In 2014, LaPensée spoke out against a remake of Custer's Revenge, a controversial game that allows the player, as General Custer, to rape a Native woman.

LaPensée's game Invaders was featured in the 2015 ImagineNATIVE Film + Media Arts Festival in Toronto.

She organized the first Natives in Game Development Gathering at the University of California, Santa Cruz, in May 2015.

Indigenous Futurism 

Elizabeth LaPensée's research is often cited in connection with Indigenous Futurisms. She was an early research assistant with Aboriginal Territories in Cyberspace (AbTeC) and research affiliate with the Initiative for Indigenous Futures (IIF). Her mother, scholar Grace Dillon, describes LaPensée's sci-fi animations as a "must-see" example of how Indigenous storytelling can transform the way Indigenous futures are imagined. Kristina Baudemann argues that LaPensée, despite being perceived as a white woman, retains an ability to draw on her Metis ancestry to create new representations of actual Indigenous people.

Awards 
In 2017, LaPensée received the Serious Games Community Leadership Award from the Serious Games Special Interest Group of the International Game Developers Association and she was named one of Motherboard's Humans of the Year, a series of profiles recognizing people in science and technology who are building a better future for everyone. Her game Thunderbird Strike won the prize for Best Digital Media Work at the 2017 ImagineNATIVE Film + Media Arts Festival.

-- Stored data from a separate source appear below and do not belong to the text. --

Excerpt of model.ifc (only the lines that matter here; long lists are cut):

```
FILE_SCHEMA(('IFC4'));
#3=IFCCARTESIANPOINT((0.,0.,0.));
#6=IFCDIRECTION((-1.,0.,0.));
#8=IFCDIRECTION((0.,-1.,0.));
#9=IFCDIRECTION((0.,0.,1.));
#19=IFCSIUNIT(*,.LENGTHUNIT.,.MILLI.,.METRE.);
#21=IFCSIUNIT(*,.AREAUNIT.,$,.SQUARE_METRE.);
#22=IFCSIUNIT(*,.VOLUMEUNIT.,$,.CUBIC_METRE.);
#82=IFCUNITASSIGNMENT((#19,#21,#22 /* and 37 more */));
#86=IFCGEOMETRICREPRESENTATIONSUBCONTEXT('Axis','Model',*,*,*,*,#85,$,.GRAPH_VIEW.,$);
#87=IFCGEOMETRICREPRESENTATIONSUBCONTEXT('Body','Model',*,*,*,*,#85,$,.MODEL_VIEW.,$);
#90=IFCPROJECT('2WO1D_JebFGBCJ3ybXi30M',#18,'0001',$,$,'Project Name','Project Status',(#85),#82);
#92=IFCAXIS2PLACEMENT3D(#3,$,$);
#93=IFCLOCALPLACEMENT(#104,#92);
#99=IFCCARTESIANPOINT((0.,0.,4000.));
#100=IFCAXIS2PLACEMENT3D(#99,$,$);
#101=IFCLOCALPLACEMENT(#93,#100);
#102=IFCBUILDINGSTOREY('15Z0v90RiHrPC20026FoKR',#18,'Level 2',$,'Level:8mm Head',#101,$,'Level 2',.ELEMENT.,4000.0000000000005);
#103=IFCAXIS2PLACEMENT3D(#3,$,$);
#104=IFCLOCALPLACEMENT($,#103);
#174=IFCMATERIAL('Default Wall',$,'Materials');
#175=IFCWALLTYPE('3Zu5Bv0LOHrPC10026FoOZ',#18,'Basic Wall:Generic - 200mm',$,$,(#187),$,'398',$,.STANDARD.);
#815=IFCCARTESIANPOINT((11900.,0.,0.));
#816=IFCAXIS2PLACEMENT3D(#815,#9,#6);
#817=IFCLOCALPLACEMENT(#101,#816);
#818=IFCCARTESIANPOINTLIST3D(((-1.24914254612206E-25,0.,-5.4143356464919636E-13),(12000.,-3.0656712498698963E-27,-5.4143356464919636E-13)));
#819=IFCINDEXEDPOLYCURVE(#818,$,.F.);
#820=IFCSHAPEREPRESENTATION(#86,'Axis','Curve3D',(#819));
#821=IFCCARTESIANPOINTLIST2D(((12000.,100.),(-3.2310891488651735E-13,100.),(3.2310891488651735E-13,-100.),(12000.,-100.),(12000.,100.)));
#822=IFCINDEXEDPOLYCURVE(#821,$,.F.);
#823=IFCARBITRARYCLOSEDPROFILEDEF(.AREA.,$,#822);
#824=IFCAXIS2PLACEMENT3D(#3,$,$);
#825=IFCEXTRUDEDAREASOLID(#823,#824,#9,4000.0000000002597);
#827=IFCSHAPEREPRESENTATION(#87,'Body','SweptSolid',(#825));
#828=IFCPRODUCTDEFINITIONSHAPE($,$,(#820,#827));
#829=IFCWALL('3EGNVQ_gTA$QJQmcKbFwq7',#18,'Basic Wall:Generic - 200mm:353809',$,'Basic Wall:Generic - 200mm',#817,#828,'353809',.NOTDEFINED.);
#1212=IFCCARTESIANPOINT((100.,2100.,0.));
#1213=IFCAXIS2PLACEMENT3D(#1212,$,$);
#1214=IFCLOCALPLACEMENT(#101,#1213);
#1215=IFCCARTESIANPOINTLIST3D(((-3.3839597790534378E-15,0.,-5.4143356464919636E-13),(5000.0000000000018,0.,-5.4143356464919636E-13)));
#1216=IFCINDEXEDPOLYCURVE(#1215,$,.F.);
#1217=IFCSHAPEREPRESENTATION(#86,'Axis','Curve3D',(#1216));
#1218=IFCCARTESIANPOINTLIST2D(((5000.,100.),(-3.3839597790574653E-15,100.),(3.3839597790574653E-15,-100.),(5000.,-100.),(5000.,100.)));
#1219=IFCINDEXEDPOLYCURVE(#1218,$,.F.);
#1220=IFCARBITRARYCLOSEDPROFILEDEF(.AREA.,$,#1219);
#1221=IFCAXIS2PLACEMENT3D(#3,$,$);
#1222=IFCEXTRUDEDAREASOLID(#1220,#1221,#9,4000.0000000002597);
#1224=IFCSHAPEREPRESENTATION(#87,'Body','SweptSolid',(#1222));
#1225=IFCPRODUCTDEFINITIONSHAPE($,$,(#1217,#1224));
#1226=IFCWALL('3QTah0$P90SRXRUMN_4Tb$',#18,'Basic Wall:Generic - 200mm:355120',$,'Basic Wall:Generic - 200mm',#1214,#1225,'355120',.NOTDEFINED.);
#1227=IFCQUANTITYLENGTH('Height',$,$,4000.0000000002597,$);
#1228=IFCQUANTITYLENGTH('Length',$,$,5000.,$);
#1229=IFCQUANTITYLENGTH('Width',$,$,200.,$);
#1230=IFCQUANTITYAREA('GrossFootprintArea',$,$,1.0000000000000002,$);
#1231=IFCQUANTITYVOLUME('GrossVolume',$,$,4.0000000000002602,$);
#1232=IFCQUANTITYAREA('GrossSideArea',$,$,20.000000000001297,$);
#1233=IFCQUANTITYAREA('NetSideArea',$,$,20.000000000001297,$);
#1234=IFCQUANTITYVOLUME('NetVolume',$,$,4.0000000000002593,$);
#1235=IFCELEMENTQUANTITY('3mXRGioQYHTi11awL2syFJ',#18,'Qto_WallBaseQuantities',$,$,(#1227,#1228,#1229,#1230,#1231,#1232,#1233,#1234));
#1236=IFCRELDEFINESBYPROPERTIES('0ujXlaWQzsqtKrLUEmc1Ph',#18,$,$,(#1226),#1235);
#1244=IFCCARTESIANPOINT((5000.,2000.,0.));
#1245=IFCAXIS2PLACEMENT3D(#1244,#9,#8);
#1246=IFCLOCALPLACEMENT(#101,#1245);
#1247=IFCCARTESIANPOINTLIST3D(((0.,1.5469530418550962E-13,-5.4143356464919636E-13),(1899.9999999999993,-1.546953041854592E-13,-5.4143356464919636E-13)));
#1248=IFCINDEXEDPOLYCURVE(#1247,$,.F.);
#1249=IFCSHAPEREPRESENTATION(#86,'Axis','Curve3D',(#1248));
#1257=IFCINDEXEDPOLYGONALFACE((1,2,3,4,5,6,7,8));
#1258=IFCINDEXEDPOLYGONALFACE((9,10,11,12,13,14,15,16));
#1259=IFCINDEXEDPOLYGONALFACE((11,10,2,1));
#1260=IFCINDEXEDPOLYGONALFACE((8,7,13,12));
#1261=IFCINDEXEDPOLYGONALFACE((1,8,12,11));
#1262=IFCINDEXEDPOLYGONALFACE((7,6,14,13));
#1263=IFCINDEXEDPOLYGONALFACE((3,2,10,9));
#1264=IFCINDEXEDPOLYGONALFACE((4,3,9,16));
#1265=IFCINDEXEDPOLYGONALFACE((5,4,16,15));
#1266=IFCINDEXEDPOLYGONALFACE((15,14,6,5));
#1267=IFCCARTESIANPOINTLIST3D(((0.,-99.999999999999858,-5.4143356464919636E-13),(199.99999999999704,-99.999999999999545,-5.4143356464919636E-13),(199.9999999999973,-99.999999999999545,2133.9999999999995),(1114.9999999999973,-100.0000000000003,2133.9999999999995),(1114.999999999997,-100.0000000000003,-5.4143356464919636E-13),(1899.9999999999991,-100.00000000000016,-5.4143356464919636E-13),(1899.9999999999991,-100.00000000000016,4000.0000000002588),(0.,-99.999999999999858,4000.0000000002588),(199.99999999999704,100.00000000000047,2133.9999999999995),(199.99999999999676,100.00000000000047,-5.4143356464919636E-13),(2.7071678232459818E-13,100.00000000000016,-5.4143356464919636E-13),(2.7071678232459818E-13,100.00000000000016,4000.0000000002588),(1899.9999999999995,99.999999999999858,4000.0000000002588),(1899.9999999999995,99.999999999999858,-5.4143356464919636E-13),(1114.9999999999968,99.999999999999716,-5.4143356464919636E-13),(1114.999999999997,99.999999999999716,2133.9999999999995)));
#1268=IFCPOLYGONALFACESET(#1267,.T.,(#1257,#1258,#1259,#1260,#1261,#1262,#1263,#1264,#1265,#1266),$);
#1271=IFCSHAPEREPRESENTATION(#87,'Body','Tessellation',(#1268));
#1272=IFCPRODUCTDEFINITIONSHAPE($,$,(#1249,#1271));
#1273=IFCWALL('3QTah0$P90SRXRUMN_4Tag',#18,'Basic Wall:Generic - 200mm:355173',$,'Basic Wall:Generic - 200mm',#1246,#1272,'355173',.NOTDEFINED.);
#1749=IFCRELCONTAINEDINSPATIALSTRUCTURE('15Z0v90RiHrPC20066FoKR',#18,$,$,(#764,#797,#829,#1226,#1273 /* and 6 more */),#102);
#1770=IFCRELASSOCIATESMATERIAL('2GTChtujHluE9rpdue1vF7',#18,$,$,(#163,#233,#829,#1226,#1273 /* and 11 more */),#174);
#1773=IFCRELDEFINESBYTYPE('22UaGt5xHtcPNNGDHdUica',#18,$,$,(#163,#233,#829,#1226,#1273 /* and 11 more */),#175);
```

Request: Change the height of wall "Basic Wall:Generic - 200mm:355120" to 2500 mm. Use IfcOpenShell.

```python
import ifcopenshell
import ifcopenshell.api.pset
import ifcopenshell.geom
import ifcopenshell.util.element
import ifcopenshell.util.representation
import ifcopenshell.util.shape
import ifcopenshell.util.unit

model = ifcopenshell.open("model.ifc")
unit_scale = ifcopenshell.util.unit.calculate_unit_scale(model)
area_scale = ifcopenshell.util.unit.calculate_unit_scale(model, "AREAUNIT")
volume_scale = ifcopenshell.util.unit.calculate_unit_scale(model, "VOLUMEUNIT")
settings = ifcopenshell.geom.settings()


def volume(element):
    """Net volume in cubic metres, openings subtracted."""
    shape = ifcopenshell.geom.create_shape(settings, element)
    return ifcopenshell.util.shape.get_volume(shape.geometry)


wall = model.by_guid("3QTah0$P90SRXRUMN_4Tb$")
before = volume(wall)

body = ifcopenshell.util.representation.get_representation(wall, "Model", "Body")
solid = body.Items[0]
old_height = solid.Depth
solid.Depth = 2500.0
after = volume(wall)
thickness = 0.2  # wall thickness in metres

# Update the stored height, areas and volumes.
qto = model.by_id(ifcopenshell.util.element.get_pset(wall, "Qto_WallBaseQuantities", should_inherit=False)["id"])
ifcopenshell.api.pset.edit_qto(model, qto=qto, properties={
    "Height": solid.Depth,
    "GrossVolume": ifcopenshell.util.element.get_pset(wall, "Qto_WallBaseQuantities", "GrossVolume") * solid.Depth / old_height,
    "GrossSideArea": ifcopenshell.util.element.get_pset(wall, "Qto_WallBaseQuantities", "GrossSideArea") * solid.Depth / old_height,
    "NetSideArea": after / thickness / area_scale,
    "NetVolume": after / volume_scale,
})

print(f"height {old_height:g} -> {solid.Depth:g}, volume {before:.3f} -> {after:.3f} m3")

model.write("model_v2.ifc")
```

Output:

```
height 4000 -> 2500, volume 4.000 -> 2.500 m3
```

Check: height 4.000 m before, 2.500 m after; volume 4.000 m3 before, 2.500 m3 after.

In April 2018, LaPensée was selected as a Guggenheim Fellow in the fine arts category. When Rivers Were Trails was awarded Best Adaptation at IndieCade 2019.

Works

Games
Weird West (2022)
When Rivers Were Trails (2019)
Dialect (2017)
Thunderbird Strike (2017)
 Coyote Quest (2017)
 Manoominike (2017)
 Mikan (2017)
 Honour Water (2016)
 Little Earth Strong (2016)
 Singuistics: Anishinaabemowin (2016)
 Invaders (2015) (with Trevino Brings Plenty and Steven Paul Judd)
 Ninagamomin ji-nanaandawi'iwe (2015)
 The Gift of Food (2014)
 Gathering Native Foods (2014)
 Max's Adventure (2013)
 Mawisowin (2012)
 Survivance (2011)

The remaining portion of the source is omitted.